# Paradigm Monitor 11v6



## phreak (Aug 16, 2010)

I've had these speakers 1.5 years now and loved them from day one. This week I was at home sick with the only upside being that I got to enjoy my HT on my terms at my volume with no WAF to consider. When I got tired of watching movies (never before realized it was possible) I turned to music and cranked it up to +10dB. Loved it. After a while I thought that my pair of Sub12's were blending with the towers quite nicely. Kept listening for an hour with eyes closed, letting it all sink in with my eclectic library on random. When I opened my eyes I noticed the lights were out on my subs. Checked the receiver display, Pure was engaged. Switched to Stereo, subs came on. Barely perceptible difference on most tracks. Proving 2 things to me. 1) PBK and Audessey MultEQ worked their magic to integrate the towers and subs seamlessly 2) I love my towers.


----------



## Homethrstud (May 28, 2011)

Yea it's to bad they discontinued them and went the way they did. I has to order my last set of surrounds last week because they are now discontinued. I was afraid I was to late to get them but they had a few left. I heard the V7 is now produced in China. I hope I'm wrong about that!!


----------



## Homethrstud (May 28, 2011)

Homethrstud said:


> Yea it's to bad they discontinued them and went the way they did. I has to order my last set of surrounds last week because they are now discontinued. I was afraid I was to late to get them but they had a few left. I heard the V7 is now produced in China. I hope I'm wrong about that!!

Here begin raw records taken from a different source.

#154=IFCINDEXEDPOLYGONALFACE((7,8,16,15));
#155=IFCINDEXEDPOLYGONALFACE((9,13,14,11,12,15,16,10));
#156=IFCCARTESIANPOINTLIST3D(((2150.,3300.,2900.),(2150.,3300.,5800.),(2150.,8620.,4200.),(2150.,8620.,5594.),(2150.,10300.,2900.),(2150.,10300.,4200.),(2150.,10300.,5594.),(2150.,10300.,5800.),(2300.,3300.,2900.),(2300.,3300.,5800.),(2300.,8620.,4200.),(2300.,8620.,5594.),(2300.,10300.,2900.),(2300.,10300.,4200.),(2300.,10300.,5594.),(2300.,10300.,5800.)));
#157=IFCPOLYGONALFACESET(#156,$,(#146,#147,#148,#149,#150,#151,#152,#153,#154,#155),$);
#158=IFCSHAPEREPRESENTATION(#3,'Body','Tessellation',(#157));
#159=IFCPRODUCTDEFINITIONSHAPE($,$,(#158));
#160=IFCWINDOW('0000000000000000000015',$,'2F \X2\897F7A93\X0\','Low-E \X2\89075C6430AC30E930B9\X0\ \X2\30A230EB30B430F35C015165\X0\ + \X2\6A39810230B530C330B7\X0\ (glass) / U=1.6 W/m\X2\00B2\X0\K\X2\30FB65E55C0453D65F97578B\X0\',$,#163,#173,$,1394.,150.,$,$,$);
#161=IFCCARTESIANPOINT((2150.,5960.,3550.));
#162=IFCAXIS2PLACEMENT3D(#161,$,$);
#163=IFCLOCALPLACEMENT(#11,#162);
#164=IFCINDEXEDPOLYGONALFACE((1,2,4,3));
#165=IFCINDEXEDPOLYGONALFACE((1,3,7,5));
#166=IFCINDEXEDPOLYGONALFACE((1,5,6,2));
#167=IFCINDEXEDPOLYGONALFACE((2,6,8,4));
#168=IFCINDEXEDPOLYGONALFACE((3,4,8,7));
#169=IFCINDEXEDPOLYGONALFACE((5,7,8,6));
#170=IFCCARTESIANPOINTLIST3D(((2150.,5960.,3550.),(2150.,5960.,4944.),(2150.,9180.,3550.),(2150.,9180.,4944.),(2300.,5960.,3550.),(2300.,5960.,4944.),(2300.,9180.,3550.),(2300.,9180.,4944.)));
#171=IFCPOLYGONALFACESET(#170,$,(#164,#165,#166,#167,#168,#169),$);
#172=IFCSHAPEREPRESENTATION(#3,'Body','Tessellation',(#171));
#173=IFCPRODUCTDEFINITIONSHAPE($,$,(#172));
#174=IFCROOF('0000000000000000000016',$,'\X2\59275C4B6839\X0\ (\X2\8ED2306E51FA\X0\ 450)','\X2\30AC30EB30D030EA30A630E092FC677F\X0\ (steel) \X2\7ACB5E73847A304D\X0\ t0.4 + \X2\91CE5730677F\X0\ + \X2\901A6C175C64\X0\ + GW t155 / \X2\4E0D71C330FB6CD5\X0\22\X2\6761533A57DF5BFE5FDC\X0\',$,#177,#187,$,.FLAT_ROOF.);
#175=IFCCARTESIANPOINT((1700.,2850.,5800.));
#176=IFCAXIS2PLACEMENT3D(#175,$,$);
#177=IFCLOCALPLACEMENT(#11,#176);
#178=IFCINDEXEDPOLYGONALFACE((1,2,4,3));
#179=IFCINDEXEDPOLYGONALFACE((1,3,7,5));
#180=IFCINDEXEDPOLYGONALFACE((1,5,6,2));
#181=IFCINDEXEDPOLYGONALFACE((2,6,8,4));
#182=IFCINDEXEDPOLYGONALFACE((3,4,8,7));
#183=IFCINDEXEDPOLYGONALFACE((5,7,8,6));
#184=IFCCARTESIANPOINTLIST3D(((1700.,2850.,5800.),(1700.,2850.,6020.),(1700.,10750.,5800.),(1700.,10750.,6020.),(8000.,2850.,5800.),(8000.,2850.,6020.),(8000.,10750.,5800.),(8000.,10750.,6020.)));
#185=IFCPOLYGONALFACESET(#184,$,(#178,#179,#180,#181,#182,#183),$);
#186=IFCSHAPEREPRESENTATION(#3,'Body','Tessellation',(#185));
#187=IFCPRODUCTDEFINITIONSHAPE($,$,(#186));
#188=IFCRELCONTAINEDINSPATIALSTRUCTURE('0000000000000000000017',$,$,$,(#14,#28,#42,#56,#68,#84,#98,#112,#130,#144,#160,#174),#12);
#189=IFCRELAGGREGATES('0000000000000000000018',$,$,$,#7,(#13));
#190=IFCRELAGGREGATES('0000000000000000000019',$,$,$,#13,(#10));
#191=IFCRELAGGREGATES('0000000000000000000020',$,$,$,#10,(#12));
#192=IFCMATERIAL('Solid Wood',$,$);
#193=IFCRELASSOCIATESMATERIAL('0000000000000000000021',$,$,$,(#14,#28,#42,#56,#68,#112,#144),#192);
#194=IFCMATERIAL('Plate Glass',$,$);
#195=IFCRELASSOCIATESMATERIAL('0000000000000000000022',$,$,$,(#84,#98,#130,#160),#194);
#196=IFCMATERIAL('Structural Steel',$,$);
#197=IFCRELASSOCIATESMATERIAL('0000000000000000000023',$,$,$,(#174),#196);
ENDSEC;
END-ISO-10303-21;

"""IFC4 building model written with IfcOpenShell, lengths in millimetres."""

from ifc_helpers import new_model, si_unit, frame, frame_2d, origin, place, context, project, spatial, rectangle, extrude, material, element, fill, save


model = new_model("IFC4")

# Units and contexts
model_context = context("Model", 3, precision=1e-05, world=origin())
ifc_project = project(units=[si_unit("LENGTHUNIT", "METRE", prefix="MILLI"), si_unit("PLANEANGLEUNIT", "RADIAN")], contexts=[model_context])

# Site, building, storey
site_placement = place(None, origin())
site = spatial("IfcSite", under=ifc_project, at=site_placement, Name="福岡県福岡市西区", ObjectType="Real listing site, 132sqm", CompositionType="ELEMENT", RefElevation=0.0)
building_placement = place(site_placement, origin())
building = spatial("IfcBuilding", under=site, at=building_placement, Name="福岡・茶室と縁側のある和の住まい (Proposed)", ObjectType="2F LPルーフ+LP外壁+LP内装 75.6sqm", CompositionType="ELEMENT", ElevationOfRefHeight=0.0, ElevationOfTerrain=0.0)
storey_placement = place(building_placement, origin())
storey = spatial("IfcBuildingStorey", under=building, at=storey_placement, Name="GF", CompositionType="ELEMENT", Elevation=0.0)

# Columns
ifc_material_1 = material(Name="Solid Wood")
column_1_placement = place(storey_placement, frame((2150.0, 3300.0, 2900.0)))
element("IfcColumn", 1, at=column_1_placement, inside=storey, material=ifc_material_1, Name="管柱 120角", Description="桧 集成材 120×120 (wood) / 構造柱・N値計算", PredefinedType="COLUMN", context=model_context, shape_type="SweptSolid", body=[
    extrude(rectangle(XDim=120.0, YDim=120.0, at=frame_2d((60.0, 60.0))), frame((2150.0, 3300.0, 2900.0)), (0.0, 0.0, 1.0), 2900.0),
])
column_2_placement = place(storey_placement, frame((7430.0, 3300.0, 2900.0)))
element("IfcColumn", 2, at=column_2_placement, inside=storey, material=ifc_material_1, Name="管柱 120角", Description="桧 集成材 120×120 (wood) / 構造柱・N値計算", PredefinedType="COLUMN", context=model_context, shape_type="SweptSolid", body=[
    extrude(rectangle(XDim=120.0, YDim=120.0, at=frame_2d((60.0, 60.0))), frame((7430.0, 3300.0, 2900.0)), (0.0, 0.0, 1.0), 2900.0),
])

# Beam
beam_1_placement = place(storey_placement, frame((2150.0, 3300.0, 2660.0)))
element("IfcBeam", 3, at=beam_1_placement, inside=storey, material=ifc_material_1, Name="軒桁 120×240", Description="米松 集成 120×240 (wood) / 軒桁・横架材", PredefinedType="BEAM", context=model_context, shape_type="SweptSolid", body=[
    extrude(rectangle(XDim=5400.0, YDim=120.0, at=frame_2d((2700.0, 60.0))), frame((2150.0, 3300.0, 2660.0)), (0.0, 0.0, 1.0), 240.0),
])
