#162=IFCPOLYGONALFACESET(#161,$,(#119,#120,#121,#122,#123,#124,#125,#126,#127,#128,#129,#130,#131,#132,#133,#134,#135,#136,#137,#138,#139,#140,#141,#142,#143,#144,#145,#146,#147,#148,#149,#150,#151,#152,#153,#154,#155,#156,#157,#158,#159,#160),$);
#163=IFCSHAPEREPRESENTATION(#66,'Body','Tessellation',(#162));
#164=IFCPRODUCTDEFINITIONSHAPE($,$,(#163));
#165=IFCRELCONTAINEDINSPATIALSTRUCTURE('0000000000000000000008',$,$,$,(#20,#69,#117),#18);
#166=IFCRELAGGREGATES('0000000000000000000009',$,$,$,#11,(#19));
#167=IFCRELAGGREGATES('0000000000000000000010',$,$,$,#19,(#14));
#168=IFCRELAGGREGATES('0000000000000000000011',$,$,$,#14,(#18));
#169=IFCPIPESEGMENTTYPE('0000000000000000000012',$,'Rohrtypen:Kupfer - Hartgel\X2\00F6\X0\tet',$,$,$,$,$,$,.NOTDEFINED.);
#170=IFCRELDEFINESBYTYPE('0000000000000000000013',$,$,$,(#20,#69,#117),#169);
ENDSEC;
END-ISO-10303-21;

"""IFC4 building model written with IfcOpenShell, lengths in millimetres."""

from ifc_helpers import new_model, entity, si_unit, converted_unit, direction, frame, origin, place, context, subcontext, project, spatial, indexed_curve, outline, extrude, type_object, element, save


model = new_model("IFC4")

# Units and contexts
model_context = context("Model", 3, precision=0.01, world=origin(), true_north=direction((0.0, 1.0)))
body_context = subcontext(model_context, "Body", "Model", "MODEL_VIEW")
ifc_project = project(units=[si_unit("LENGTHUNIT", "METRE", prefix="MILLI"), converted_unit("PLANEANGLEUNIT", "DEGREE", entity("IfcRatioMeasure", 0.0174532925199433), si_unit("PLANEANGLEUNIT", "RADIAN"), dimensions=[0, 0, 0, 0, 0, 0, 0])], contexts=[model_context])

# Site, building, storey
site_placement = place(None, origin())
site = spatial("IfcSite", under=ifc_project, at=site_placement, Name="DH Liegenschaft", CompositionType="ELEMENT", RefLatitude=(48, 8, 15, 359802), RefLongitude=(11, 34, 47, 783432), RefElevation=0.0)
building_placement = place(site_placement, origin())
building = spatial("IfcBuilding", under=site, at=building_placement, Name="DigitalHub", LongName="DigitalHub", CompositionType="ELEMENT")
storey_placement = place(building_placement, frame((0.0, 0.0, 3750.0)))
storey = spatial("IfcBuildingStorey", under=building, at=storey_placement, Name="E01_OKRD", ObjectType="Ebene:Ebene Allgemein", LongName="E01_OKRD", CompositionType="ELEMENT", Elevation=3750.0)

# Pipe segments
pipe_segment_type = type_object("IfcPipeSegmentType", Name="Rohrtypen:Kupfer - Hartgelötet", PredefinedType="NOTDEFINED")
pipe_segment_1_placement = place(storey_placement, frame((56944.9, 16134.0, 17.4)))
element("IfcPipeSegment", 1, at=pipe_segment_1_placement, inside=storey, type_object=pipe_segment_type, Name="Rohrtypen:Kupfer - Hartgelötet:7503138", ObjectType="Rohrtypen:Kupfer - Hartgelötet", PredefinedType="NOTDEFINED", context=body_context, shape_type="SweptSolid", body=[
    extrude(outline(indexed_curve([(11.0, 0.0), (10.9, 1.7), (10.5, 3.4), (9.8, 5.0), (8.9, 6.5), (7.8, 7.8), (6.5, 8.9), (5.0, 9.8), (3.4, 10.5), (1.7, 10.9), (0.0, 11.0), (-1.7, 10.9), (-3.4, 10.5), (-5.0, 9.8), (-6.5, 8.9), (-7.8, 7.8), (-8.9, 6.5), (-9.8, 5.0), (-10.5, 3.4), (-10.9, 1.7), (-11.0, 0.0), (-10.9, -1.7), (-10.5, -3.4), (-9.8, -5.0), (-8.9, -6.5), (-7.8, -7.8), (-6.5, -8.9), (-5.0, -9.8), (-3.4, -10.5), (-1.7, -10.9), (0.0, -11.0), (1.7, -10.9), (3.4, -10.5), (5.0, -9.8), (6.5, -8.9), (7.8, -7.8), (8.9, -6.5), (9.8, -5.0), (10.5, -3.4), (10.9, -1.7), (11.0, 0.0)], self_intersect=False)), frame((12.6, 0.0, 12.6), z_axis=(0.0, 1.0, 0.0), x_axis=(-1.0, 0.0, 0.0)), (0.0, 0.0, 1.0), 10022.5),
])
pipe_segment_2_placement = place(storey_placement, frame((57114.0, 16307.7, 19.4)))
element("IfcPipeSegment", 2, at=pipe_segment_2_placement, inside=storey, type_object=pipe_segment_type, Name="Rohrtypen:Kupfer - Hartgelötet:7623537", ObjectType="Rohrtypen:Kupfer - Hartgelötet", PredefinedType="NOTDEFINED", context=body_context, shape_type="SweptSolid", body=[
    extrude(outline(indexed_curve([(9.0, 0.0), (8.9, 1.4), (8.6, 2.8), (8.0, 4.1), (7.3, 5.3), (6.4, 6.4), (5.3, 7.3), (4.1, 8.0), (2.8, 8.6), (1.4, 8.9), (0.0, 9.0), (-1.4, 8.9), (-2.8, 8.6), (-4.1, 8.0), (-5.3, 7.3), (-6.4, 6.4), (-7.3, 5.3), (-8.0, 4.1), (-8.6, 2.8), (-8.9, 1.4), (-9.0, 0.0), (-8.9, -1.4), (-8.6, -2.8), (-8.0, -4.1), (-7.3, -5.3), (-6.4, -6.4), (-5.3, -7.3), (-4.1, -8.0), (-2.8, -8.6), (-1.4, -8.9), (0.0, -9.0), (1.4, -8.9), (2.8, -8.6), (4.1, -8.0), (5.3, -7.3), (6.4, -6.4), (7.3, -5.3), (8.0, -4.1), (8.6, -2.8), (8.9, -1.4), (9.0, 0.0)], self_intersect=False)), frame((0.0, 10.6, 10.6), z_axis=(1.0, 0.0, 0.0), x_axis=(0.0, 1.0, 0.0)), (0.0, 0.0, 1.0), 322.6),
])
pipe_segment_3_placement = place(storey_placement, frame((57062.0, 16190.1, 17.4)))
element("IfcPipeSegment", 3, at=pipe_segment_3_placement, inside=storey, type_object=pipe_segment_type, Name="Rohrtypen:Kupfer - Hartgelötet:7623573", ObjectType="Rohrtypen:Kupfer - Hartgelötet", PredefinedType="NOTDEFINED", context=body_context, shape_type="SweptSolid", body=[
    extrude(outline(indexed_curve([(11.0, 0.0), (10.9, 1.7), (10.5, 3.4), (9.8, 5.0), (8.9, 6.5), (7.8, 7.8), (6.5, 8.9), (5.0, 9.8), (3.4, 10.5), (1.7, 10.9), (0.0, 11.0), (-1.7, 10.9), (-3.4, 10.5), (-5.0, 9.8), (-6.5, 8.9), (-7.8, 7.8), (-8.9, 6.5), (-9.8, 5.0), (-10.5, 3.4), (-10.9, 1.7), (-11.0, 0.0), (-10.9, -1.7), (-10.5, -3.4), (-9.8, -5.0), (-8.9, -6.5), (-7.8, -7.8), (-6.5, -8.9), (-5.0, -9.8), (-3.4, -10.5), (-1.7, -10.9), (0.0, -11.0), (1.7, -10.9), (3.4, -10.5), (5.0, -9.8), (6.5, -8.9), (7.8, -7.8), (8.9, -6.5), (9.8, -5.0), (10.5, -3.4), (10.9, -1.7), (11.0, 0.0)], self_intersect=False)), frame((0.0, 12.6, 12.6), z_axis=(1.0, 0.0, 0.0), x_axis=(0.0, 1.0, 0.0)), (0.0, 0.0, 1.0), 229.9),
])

I have the CC-390 Monitor 11 and ADP-390's and love them by the way.


----------



## bambino (Feb 21, 2010)

That is a fact the series 7's are made in china now as most products are. The Monitor 11v.6 is truly an awesome speaker with hardly the need for a sub. I say if you can still get them, get them before they are gone.:T


----------



## Homethrstud (May 28, 2011)

bambino said:


> That is a fact the series 7's are made in china now as most products are. The Monitor 11v.6 is truly an awesome speaker with hardly the need for a sub. I say if you can still get them, get them before they are gone.:T


I have them I just needed another set to make my system 7.1. It's a shame they are making their speakers in china now "land of the ". I will NEVER buy the version 7 or any speaker made in China.


----------



## phreak (Aug 16, 2010)

Paradigm has been having boxes built in china for a few years now, but all other components and assembly were done in Ontario. Has this changed?


----------



## bambino (Feb 21, 2010)

From my understanding it is just the new Series7's that are assembeld in China. That is a fact though that Paradigm has had there enclosures fabbed in china for some time now.:T


----------



## Homethrstud (May 28, 2011)

Yea but on their web site it says made in North America, yea !!


----------